As for the salt’s applications, the proof is in the pudding—or rather in the crémeux. Though Mercury tried using his “White Gold” in breads, he says the nuances of New England salt’s heavy minerality and peppery-ness fell flat. It fared better when his team smoked it and whipped it into butter for a James Beard dinner; it also makes its way into the restaurant’s nut butters.

But the star that showcases his efforts best is Harvest’s Taza chocolate crémeux. Just a pinch goes into the crémeux batter, which hides a lush salted caramel core. The plate is finished with an Oreo cookie crust, brown sugar granola, gently sweetened mascarpone, malted milk chocolate sauce, and a finishing sprinkle of Mercury’s salt flakes. Since Mercury’s saline-forward dessert appeared on Harvest’s menu in June 2012, he estimates that the restaurant has sold more than 14,000 orders. They make 40 crémeux at a time, five days per week.

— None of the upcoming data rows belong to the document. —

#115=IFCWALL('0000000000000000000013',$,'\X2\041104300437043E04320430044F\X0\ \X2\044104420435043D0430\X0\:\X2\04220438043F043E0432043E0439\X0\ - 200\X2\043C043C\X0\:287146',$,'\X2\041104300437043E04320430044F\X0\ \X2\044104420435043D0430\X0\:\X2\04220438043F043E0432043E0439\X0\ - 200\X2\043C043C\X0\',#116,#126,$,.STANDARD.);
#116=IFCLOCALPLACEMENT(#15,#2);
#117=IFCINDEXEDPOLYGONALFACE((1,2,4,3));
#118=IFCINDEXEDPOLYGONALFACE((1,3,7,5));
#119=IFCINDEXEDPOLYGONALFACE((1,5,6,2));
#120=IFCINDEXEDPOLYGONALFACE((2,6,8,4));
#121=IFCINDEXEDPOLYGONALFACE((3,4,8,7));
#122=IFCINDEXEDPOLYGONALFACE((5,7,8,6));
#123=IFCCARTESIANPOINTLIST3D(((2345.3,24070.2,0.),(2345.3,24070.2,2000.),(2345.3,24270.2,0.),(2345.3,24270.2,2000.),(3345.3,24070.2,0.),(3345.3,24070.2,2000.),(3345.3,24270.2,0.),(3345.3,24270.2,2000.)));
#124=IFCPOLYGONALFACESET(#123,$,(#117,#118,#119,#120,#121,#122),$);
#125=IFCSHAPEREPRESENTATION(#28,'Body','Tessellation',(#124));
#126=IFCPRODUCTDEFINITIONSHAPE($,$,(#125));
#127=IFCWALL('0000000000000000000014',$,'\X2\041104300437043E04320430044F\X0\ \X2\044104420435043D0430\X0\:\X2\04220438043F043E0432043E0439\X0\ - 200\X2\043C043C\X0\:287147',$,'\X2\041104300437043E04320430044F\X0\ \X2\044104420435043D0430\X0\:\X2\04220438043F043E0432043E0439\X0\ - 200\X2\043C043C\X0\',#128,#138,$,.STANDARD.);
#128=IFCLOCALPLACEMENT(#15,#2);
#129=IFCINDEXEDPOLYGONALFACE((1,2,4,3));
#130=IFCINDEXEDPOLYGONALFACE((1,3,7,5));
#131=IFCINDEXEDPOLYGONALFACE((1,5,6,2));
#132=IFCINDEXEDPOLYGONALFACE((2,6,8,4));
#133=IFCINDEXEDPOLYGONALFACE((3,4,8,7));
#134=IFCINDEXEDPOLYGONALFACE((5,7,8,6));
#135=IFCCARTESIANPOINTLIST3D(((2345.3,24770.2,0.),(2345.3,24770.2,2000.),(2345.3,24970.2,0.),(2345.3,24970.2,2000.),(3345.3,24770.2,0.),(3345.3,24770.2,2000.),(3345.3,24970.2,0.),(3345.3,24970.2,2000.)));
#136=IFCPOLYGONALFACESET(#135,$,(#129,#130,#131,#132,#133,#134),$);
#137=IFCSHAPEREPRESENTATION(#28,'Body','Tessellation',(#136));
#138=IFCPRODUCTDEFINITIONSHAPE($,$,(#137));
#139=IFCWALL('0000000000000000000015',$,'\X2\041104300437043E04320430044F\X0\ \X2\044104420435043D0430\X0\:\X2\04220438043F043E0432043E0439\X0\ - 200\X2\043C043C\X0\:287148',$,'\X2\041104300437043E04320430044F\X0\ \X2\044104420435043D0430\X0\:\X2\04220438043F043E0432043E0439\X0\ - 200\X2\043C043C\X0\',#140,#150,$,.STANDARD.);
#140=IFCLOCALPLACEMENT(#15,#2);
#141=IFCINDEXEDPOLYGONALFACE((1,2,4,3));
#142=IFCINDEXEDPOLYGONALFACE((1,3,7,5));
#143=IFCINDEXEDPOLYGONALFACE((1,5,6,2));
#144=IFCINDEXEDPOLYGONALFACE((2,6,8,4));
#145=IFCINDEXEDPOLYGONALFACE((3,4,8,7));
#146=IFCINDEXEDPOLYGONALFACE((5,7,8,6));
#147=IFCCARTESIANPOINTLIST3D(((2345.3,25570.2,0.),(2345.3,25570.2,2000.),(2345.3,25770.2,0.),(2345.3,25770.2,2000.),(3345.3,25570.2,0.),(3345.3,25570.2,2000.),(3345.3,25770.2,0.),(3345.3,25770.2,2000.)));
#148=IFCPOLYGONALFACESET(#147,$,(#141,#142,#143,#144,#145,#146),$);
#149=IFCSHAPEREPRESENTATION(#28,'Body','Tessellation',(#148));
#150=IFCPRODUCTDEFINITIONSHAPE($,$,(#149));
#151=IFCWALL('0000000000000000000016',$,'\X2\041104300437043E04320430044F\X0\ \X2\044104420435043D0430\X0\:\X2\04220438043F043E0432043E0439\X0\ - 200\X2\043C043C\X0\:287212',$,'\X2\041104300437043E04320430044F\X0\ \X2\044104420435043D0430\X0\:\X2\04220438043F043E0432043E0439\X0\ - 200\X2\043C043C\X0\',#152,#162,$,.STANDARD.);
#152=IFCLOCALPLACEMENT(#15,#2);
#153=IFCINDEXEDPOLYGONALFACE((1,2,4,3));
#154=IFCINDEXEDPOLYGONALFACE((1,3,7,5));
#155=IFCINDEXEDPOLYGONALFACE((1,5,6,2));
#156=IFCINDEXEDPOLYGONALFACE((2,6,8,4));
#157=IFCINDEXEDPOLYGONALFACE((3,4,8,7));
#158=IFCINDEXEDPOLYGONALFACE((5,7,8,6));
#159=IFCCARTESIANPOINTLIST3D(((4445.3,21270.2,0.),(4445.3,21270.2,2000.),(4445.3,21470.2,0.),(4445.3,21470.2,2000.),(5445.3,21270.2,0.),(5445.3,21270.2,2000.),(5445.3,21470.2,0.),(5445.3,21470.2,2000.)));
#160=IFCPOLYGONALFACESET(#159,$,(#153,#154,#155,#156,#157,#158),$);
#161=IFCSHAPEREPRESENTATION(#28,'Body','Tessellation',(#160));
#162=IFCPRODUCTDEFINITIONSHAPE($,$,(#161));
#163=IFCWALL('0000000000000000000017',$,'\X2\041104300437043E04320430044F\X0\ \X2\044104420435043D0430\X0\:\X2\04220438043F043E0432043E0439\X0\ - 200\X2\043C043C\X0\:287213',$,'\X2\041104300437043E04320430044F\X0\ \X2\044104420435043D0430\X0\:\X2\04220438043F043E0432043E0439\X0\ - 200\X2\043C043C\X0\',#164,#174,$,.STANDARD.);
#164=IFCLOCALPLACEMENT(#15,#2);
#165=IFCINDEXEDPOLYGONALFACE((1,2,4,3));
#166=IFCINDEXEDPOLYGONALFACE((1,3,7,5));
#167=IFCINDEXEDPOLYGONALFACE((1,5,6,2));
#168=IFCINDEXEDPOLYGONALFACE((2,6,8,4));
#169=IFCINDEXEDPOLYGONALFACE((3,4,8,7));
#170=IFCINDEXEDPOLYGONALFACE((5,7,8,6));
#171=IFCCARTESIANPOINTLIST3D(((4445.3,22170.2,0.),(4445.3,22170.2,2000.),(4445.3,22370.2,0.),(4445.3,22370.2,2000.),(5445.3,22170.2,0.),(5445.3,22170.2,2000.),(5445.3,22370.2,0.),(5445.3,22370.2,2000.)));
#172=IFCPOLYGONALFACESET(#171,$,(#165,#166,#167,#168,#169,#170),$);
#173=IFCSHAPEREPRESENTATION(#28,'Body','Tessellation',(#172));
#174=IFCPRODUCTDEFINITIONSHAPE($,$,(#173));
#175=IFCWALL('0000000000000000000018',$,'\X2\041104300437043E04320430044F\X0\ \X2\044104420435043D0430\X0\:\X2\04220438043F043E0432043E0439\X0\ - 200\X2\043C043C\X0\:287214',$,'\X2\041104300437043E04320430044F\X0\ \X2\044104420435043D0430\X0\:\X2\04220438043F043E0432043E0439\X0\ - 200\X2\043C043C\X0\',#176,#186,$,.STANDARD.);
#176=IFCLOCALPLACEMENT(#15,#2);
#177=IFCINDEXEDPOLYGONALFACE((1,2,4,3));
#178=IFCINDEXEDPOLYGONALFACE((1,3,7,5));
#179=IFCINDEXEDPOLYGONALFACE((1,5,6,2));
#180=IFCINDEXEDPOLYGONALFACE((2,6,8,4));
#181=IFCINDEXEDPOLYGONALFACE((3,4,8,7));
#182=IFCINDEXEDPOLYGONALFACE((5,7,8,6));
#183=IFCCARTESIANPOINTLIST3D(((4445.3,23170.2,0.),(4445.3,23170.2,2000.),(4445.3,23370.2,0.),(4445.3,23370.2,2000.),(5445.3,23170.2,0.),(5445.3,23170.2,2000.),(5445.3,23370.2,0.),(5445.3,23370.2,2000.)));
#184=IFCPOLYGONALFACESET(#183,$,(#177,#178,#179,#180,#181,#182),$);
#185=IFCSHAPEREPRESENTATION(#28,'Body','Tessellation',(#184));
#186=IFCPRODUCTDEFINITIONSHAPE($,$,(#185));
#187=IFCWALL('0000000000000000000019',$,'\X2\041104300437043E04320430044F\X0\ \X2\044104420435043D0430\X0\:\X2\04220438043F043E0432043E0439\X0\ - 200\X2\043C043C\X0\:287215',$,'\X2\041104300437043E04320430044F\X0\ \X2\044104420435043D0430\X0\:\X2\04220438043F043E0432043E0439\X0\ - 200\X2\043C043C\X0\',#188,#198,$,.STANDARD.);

In addition to his Boston base, Mercury has foraged for saltwater in Florida, and has received salt parcels of varied origin from former employees. But, he says, “There’s more character to New England salt,” the rocky terrain lending greater nuance than Florida’s flat, sandy beaches. When presenting salt as an ingredient in its own right, one with such distinctive terroir, why not source it from your own back waterway?